Our CSAP is developed for all communities, residential, commercial, retail, industrial, urban, rural, open spaces, diverse communities and any mix or combination of the above. This recognizing that no neighbourhood is defined by single use. The program is sized for ‘neighbourhood’s’ within jurisdictions because of the magnitude of the undertaking, but the methodology is transferable and repeatable and incorporates the principles of overlap by design, where economies of scale can be realized; cause and effect measured. Mitigating crime displacement for example, easy to say, but extremely hard to deliver. Jurisdictions have defined borders, offenders do not.

Our CSAP addresses community crime: on street crime, all visible crime including drug related crime, alcohol related crime, violent crime, property crimes, crimes against the person.  It seeks to impact on hidden or behind closed doors crime, by providing guidance to positively impact on visible manifestations of, and criminality risk factors by placing emphasis on the timely delivery of protective factors.

Because of our experiential and empirical pedigree, supported by an academic and theoretical understanding of the subject, we can home in on approaches that may on balance be detrimental to positive community safety outcomes. For example, how harm reduction programs such as safe drug consumption sites, and needle distribution programs, can have unintended crime increasing consequences. How temporary homeless encampments can become crime and nuisance incident hubs.
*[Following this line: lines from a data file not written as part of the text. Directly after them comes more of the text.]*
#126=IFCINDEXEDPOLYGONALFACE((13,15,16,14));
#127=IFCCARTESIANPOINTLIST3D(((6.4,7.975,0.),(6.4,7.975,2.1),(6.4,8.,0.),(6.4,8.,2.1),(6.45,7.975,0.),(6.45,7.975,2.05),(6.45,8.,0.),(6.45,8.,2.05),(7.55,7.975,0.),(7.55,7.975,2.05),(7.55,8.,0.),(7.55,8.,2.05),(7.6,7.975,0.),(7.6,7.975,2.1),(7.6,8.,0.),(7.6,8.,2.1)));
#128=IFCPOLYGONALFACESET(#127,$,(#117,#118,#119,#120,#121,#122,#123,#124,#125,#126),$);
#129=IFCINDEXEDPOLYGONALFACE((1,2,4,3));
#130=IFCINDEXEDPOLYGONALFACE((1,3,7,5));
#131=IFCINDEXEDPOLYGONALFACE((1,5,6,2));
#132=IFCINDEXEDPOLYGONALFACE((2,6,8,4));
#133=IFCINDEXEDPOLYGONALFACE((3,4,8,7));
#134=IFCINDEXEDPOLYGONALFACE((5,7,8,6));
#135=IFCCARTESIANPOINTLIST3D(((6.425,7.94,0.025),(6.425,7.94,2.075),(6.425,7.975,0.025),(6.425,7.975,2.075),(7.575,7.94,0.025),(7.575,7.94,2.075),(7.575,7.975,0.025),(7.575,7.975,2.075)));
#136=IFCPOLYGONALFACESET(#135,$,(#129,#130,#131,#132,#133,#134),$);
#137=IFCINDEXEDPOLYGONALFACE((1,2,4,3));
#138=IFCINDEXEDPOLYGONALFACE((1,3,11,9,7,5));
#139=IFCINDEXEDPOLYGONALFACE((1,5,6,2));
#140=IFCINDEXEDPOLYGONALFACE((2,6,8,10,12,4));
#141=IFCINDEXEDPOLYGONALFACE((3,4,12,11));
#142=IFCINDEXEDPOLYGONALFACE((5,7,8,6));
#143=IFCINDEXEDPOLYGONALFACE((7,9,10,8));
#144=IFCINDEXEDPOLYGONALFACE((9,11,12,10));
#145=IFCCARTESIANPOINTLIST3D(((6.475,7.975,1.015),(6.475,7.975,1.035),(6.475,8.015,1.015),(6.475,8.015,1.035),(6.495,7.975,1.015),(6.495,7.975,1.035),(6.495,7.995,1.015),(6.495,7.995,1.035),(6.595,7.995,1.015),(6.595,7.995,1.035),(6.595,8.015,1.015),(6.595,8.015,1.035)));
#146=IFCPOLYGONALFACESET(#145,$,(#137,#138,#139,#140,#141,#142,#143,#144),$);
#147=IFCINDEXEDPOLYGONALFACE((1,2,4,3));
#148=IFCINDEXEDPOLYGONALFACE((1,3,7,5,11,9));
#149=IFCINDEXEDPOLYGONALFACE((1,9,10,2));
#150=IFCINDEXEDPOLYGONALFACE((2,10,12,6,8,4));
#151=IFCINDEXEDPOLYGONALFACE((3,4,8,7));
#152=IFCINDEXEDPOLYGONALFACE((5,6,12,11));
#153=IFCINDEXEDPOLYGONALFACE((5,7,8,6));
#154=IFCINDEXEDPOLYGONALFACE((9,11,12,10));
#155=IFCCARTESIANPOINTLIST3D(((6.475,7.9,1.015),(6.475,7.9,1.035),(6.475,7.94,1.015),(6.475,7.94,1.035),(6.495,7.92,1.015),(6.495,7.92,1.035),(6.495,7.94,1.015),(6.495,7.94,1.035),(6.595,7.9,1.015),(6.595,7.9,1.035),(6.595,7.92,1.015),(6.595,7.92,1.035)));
The CSAP is a product based on proven effective approaches.  Its component parts has been successfully delivered in numerous communities both in the United Kingdom, Europe and in BC Canada. I mentioned these earlier under CSAP in Action. In each of the delivered projects partners were willing partners working together to a shared success outcome.

For more information, please contact michaelfranklin@lgrmg.ca. For any support and assistance call 1.604.383.0020 or toll-free at 1.800.212.2026 or visit www.lgrmg.ca at any time. Our expertise is your peace of mind.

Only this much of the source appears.